[Data items]
Start of Block

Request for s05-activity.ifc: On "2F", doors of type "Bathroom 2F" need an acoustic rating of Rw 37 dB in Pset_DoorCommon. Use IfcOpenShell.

First a look at what the model holds.

```python
import ifcopenshell
import ifcopenshell.util.element

model = ifcopenshell.open("s05-activity.ifc")
print(model.schema)
storey = next(s for s in model.by_type("IfcBuildingStorey") if s.Name == "2F")
doors = [e for e in ifcopenshell.util.element.get_decomposition(storey) if e.is_a("IfcDoor")]
seen = {}
for e in doors:
    element_type = ifcopenshell.util.element.get_type(e)
    key = (element_type.Name if element_type != e and element_type else None, ifcopenshell.util.element.get_pset(e, "Pset_DoorCommon", "AcousticRating"))
    seen[key] = seen.get(key, 0) + 1
for (name, value), count in sorted(seen.items(), key=str):
    print(count, "x", name, "|", value)
```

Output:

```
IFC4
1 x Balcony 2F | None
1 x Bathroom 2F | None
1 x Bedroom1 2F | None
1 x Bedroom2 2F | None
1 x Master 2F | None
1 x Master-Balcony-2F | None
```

```python
import ifcopenshell
import ifcopenshell.api.pset
import ifcopenshell.util.element

model = ifcopenshell.open("s05-activity.ifc")

storey = next(s for s in model.by_type("IfcBuildingStorey") if s.Name == "2F")
doors = [e for e in ifcopenshell.util.element.get_decomposition(storey) if e.is_a("IfcDoor")]

count = 0
for e in doors:
    element_type = ifcopenshell.util.element.get_type(e)
    if element_type in (None, e) or element_type.Name != "Bathroom 2F":
        continue
    # add_pset returns the element's existing set when there is one.
    pset = ifcopenshell.api.pset.add_pset(model, product=e, name="Pset_DoorCommon")
    ifcopenshell.api.pset.edit_pset(model, pset=pset, properties={"AcousticRating": "Rw 37 dB"})
    count += 1

print(count, "doors updated")

model.write("s05-activity_rev.ifc")
```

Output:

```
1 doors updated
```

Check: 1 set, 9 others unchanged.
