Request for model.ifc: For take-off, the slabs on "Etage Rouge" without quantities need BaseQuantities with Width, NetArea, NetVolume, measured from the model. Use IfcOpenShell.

First a look at what the model holds.

```python
import ifcopenshell
import ifcopenshell.util.element
import ifcopenshell.util.unit

model = ifcopenshell.open("model.ifc")
print(model.schema)
for unit_type in ("LENGTHUNIT", "AREAUNIT", "VOLUMEUNIT"):
    print(unit_type, ifcopenshell.util.unit.calculate_unit_scale(model, unit_type))
storey = next(s for s in model.by_type("IfcBuildingStorey") if s.Name == "Etage Rouge")
slabs = [e for e in ifcopenshell.util.element.get_decomposition(storey) if e.is_a("IfcSlab")]
for e in sorted(slabs, key=lambda e: e.id()):
    print(e.id(), e.is_a(), e.Name, list(ifcopenshell.util.element.get_psets(e, qtos_only=True)), sep=" | ")
```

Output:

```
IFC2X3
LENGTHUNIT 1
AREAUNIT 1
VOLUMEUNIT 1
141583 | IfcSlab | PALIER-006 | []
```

```python
import ifcopenshell
import ifcopenshell.api.pset
import ifcopenshell.geom
import ifcopenshell.util.element
import ifcopenshell.util.shape
import ifcopenshell.util.unit

model = ifcopenshell.open("model.ifc")
unit_scale = ifcopenshell.util.unit.calculate_unit_scale(model)
area_scale = ifcopenshell.util.unit.calculate_unit_scale(model, "AREAUNIT")
volume_scale = ifcopenshell.util.unit.calculate_unit_scale(model, "VOLUMEUNIT")
settings = ifcopenshell.geom.settings()

storey = next(s for s in model.by_type("IfcBuildingStorey") if s.Name == "Etage Rouge")
slabs = [e for e in ifcopenshell.util.element.get_decomposition(storey) if e.is_a("IfcSlab")]

for e in sorted(slabs, key=lambda e: e.id()):
    if ifcopenshell.util.element.get_psets(e, qtos_only=True, should_inherit=False):
        continue
    # Geometry comes back in metres, in the element's own axes.
    shape = ifcopenshell.geom.create_shape(settings, e)
    values = {
        "Width": ifcopenshell.util.shape.get_z(shape.geometry) / unit_scale,
        "NetArea": ifcopenshell.util.shape.get_footprint_area(shape.geometry) / area_scale,
        "NetVolume": ifcopenshell.util.shape.get_volume(shape.geometry) / volume_scale,
    }
    qto = ifcopenshell.api.pset.add_qto(model, product=e, name="BaseQuantities")
    ifcopenshell.api.pset.edit_qto(model, qto=qto, properties=values)
    print(e.id(), {k: round(v, 3) for k, v in values.items()})

model.write("model_rev.ifc")
```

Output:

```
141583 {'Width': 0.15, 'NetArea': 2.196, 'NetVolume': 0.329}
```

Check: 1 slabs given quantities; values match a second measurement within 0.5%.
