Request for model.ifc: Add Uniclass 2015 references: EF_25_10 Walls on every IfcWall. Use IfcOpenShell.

First a look at what the model holds.

```python
import ifcopenshell

model = ifcopenshell.open("model.ifc")
print(model.schema)
print("classifications:", [c.Name for c in model.by_type("IfcClassification")])
for ifc_class in ("IfcDoor", "IfcRoof", "IfcStair", "IfcWall", "IfcWindow"):
    print(ifc_class, len(model.by_type(ifc_class)))
```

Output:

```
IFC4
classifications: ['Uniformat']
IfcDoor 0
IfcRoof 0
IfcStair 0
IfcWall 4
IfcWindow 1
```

```python
import ifcopenshell
import ifcopenshell.api.classification

model = ifcopenshell.open("model.ifc")

system = ifcopenshell.api.classification.add_classification(model, classification="Uniclass 2015")

codes = {
    "IfcWall": ("EF_25_10", "Walls"),
}
for ifc_class, (code, name) in codes.items():
    products = model.by_type(ifc_class)
    ifcopenshell.api.classification.add_reference(
        model, products=products, classification=system, identification=code, name=name
    )
    print(code, len(products))

model.write("model_rev.ifc")
```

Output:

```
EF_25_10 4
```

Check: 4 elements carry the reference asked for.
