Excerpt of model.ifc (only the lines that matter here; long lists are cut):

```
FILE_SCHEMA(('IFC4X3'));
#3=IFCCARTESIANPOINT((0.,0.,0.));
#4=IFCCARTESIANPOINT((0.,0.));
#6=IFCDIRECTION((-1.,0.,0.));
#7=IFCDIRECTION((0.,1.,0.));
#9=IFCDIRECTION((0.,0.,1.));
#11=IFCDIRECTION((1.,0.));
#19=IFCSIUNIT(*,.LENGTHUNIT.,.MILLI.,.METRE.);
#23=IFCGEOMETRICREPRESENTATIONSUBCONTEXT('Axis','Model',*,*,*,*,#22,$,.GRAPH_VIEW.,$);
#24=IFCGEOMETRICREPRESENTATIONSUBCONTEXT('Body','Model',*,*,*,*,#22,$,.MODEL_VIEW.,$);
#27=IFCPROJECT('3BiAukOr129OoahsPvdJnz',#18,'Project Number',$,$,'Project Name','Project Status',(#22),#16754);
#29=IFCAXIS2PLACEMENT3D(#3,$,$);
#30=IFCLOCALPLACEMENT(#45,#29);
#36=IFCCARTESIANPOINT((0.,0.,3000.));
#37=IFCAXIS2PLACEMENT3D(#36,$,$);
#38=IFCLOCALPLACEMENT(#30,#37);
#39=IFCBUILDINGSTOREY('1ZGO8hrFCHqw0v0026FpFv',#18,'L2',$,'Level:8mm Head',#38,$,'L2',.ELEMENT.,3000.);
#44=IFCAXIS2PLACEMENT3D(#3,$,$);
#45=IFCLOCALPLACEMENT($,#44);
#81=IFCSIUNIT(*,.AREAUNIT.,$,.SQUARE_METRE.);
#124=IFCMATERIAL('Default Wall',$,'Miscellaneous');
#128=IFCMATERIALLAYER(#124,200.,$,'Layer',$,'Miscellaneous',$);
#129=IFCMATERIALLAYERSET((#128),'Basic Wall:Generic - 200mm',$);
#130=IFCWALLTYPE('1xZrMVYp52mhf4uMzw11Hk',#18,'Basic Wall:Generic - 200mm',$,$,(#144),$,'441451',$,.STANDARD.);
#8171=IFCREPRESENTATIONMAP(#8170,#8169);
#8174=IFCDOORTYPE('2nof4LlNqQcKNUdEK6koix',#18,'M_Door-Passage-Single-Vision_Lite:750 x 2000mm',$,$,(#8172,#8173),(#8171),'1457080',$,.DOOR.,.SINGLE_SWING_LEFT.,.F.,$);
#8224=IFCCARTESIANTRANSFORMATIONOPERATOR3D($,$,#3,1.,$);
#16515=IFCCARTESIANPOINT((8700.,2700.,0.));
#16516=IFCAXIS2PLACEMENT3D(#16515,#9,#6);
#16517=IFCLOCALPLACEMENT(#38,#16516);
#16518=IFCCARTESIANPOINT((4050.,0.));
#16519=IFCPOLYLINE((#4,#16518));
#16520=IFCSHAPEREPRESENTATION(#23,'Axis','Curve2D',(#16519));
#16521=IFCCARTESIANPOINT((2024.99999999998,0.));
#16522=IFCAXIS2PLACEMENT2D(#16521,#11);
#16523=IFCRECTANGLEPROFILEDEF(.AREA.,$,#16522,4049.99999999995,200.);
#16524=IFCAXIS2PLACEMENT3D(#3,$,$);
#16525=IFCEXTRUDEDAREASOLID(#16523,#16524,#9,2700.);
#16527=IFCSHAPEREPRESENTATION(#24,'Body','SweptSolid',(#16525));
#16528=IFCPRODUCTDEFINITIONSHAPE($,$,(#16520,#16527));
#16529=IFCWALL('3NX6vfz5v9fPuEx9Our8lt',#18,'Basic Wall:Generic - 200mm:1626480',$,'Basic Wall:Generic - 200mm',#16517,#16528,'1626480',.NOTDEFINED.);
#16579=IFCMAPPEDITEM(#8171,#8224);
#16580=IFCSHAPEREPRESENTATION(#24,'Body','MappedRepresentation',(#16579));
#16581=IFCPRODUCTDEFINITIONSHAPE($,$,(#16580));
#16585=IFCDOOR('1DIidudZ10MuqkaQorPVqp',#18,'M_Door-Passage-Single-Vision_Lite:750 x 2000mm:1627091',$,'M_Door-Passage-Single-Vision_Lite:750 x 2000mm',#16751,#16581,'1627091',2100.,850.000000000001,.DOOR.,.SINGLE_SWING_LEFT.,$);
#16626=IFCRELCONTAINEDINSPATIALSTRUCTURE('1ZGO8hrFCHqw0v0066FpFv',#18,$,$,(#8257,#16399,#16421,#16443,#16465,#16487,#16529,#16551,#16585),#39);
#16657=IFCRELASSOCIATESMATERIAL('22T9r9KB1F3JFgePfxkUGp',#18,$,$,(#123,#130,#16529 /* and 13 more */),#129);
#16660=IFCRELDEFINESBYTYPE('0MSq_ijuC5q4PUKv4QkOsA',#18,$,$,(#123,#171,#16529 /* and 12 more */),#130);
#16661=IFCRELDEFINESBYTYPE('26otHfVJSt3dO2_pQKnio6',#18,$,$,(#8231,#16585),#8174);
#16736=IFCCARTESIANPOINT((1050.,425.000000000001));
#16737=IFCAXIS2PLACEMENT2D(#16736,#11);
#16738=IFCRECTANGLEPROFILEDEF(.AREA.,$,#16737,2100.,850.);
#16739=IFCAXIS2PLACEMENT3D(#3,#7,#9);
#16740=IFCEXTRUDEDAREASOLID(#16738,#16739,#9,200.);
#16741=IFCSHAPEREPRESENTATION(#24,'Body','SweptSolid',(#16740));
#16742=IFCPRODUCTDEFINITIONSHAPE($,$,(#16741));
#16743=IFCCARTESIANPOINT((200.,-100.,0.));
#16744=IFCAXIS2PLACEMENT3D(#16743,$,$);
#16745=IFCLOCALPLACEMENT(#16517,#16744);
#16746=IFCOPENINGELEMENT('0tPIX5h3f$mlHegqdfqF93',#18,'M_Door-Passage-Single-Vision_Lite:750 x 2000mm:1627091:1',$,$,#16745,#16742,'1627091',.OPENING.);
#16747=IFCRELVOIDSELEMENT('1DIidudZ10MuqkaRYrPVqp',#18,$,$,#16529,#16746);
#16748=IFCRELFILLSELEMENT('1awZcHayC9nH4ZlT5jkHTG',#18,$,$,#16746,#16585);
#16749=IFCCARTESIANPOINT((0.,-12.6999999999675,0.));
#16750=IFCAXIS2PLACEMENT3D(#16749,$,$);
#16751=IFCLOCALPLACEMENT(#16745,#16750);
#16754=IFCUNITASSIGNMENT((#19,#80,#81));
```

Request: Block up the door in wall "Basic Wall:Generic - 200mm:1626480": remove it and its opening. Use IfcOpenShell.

```python
import ifcopenshell
import ifcopenshell.api.feature
import ifcopenshell.api.root
import ifcopenshell.geom
import ifcopenshell.util.shape

model = ifcopenshell.open("model.ifc")
settings = ifcopenshell.geom.settings()


def volume(element):
    """Net volume in cubic metres, openings subtracted."""
    shape = ifcopenshell.geom.create_shape(settings, element)
    return ifcopenshell.util.shape.get_volume(shape.geometry)


door = model.by_id(16585)
opening = door.FillsVoids[0].RelatingOpeningElement
wall = opening.VoidsElements[0].RelatingBuildingElement
before = volume(wall)

ifcopenshell.api.root.remove_product(model, product=door)
ifcopenshell.api.feature.remove_feature(model, feature=opening)

after = volume(wall)

print(f"wall volume {before:.3f} -> {after:.3f} m3")

model.write("model_updated.ifc")
```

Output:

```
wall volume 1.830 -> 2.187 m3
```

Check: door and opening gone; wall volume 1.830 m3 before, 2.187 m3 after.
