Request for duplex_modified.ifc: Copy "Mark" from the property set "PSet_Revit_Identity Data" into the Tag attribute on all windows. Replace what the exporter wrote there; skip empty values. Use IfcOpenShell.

First a look at what the model holds.

```python
import ifcopenshell
import ifcopenshell.util.element

model = ifcopenshell.open("duplex_modified.ifc")
print(model.schema)
windows = model.by_type("IfcWindow")
print(len(windows), "windows")
for e in windows[:8]:
    source = ifcopenshell.util.element.get_pset(e, "PSet_Revit_Identity Data", "Mark")
    target = e.Tag
    print(e.id(), repr(source), repr(target), sep=" | ")
```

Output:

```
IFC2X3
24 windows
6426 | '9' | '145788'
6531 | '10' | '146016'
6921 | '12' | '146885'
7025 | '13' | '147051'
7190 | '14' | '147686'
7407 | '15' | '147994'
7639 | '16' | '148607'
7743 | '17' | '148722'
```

```python
import ifcopenshell
import ifcopenshell.util.element

model = ifcopenshell.open("duplex_modified.ifc")

count = 0
for e in model.by_type("IfcWindow"):
    value = ifcopenshell.util.element.get_pset(e, "PSet_Revit_Identity Data", "Mark")
    current = e.Tag
    if not value or not value.strip() or current == value:
        continue
    e.Tag = value
    count += 1

print(count, "windows updated")

model.write("duplex_modified_rev.ifc")
```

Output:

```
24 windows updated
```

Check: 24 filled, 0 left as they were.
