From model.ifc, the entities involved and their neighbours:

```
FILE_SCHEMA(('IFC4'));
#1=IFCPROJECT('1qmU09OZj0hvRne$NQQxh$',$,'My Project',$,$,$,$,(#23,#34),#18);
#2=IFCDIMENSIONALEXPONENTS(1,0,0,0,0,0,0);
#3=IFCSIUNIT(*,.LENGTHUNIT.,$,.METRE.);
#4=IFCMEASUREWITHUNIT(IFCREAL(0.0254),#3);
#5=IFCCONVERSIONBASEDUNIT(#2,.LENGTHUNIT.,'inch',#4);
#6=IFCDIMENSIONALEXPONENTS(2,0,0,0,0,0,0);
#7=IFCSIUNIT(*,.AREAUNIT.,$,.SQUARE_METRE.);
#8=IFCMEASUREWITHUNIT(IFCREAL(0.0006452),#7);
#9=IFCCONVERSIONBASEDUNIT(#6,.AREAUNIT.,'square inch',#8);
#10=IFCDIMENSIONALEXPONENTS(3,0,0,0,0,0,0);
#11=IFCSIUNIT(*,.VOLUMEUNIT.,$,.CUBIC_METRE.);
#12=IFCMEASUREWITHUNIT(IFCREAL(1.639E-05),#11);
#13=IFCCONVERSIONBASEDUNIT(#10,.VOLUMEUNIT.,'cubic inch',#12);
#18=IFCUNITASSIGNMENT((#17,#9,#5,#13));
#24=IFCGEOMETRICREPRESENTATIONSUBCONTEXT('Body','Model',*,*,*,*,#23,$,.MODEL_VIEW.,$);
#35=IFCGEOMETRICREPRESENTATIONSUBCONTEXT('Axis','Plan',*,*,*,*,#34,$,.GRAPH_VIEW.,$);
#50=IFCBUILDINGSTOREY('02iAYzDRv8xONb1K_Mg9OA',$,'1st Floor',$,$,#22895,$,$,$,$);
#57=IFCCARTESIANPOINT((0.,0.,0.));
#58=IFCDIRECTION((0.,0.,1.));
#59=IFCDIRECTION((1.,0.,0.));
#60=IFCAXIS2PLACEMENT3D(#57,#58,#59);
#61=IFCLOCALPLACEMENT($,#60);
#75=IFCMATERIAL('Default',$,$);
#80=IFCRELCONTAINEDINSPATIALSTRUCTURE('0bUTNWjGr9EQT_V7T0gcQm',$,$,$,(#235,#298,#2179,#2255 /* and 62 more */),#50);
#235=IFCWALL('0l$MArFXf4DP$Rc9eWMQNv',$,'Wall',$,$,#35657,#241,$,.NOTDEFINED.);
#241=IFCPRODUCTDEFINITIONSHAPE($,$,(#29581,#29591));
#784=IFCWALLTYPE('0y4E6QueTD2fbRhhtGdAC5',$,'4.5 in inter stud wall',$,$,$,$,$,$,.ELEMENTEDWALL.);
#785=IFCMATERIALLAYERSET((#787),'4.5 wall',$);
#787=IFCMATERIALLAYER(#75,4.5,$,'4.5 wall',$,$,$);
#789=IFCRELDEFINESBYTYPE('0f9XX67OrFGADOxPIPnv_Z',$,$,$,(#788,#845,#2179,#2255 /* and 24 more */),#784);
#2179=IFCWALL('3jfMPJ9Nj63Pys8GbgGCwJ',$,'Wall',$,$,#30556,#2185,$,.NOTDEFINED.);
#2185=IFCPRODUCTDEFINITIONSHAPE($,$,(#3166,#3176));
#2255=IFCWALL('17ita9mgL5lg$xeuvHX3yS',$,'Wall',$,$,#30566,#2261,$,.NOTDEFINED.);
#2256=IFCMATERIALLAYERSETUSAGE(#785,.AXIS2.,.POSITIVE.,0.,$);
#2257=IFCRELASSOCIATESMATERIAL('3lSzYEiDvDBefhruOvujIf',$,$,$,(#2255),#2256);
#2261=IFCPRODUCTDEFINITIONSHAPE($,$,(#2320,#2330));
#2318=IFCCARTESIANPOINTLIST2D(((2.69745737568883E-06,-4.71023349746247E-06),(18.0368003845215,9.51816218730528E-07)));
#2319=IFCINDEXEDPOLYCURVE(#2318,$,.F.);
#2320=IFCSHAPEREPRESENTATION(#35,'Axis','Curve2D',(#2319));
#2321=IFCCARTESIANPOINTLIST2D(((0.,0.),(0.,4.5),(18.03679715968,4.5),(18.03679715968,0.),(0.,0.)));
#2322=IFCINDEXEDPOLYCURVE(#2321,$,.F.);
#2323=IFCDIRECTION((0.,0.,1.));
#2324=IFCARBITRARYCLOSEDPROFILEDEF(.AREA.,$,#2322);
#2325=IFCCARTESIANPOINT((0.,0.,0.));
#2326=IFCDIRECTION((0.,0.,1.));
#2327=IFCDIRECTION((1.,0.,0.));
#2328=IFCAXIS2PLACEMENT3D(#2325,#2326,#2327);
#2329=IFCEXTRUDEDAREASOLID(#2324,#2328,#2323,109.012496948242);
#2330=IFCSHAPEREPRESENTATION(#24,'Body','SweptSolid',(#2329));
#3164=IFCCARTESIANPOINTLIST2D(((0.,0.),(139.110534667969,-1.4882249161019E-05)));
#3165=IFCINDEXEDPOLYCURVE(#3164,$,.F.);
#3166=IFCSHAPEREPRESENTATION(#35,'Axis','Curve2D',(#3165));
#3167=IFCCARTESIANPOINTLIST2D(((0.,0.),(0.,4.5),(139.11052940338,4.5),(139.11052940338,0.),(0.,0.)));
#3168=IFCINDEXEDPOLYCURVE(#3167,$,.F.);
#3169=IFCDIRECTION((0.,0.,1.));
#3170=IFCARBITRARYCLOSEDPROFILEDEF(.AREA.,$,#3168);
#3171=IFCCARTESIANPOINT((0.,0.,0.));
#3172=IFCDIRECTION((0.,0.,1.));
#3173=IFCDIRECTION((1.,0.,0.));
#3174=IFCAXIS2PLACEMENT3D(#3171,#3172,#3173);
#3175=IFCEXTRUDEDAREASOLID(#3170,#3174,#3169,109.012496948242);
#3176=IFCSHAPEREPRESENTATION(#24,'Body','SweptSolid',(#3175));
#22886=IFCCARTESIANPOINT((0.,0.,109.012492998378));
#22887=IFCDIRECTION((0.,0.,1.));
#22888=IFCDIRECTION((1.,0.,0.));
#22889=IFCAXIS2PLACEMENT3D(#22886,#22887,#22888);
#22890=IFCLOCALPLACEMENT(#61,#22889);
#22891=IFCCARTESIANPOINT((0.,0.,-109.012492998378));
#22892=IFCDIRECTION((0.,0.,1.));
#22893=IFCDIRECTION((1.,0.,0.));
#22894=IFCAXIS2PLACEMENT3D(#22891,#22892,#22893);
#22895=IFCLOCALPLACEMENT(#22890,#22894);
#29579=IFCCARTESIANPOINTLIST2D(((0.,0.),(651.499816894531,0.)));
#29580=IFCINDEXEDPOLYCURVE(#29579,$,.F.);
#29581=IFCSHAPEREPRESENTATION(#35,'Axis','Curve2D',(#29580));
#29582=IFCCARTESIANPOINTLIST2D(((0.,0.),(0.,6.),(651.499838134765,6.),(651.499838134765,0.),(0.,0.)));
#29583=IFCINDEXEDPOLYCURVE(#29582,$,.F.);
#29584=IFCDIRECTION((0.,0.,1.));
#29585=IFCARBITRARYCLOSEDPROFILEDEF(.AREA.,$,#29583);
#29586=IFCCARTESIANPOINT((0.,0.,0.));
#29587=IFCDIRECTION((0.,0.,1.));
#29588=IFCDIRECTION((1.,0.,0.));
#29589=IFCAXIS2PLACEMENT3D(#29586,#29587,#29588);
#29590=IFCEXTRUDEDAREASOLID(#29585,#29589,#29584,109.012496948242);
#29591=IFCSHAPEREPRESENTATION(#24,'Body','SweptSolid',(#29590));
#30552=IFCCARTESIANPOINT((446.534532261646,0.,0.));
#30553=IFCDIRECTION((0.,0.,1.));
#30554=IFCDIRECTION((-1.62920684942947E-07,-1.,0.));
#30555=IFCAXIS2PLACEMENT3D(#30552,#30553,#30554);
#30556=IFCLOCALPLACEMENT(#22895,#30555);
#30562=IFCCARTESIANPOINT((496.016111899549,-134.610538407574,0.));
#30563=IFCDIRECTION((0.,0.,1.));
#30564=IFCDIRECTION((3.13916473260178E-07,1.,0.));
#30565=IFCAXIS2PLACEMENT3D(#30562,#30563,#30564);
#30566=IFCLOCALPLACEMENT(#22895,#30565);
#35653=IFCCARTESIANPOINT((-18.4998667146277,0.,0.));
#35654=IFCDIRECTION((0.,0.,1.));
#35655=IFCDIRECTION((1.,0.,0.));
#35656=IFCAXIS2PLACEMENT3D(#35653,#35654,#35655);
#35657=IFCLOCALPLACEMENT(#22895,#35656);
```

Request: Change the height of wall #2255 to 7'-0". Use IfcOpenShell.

```python
import ifcopenshell
import ifcopenshell.geom
import ifcopenshell.util.representation
import ifcopenshell.util.shape
import ifcopenshell.util.unit

model = ifcopenshell.open("model.ifc")
unit_scale = ifcopenshell.util.unit.calculate_unit_scale(model)
settings = ifcopenshell.geom.settings()


def volume(element):
    """Net volume in cubic metres, openings subtracted."""
    shape = ifcopenshell.geom.create_shape(settings, element)
    return ifcopenshell.util.shape.get_volume(shape.geometry)


wall = model.by_guid("17ita9mgL5lg$xeuvHX3yS")
before = volume(wall)

body = ifcopenshell.util.representation.get_representation(wall, "Model", "Body")
solid = body.Items[0]
old_height = solid.Depth
solid.Depth = 84 * 0.0254 / unit_scale
after = volume(wall)

print(f"height {old_height:g} -> {solid.Depth:g}, volume {before:.3f} -> {after:.3f} m3")

model.write("model_rev.ifc")
```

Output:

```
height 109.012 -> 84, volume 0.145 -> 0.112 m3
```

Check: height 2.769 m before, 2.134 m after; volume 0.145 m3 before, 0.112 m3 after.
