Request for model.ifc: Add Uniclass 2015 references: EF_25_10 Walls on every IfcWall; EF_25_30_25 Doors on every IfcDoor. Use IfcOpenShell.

First a look at what the model holds.

```python
import ifcopenshell

model = ifcopenshell.open("model.ifc")
print(model.schema)
print("classifications:", [c.Name for c in model.by_type("IfcClassification")])
for ifc_class in ("IfcDoor", "IfcRoof", "IfcStair", "IfcWall", "IfcWindow"):
    print(ifc_class, len(model.by_type(ifc_class)))
```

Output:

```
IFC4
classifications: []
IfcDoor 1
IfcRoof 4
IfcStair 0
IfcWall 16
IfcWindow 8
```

```python
import ifcopenshell
import ifcopenshell.api.classification

model = ifcopenshell.open("model.ifc")

system = ifcopenshell.api.classification.add_classification(model, classification="Uniclass 2015")

codes = {
    "IfcWall": ("EF_25_10", "Walls"),
    "IfcDoor": ("EF_25_30_25", "Doors"),
}
for ifc_class, (code, name) in codes.items():
    products = model.by_type(ifc_class)
    ifcopenshell.api.classification.add_reference(
        model, products=products, classification=system, identification=code, name=name
    )
    print(code, len(products))

model.write("model_updated.ifc")
```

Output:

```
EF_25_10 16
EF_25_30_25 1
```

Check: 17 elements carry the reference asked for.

End of Block

-- DESCRIPTION OF THE TASK --
Copy each line of the data that includes the word "IFCSIUNIT".

-- FINISHED EXERCISE --
#19=IFCSIUNIT(*,.LENGTHUNIT.,.MILLI.,.METRE.);
#81=IFCSIUNIT(*,.AREAUNIT.,$,.SQUARE_METRE.);
#3=IFCSIUNIT(*,.LENGTHUNIT.,$,.METRE.);
#7=IFCSIUNIT(*,.AREAUNIT.,$,.SQUARE_METRE.);
#11=IFCSIUNIT(*,.VOLUMEUNIT.,$,.CUBIC_METRE.);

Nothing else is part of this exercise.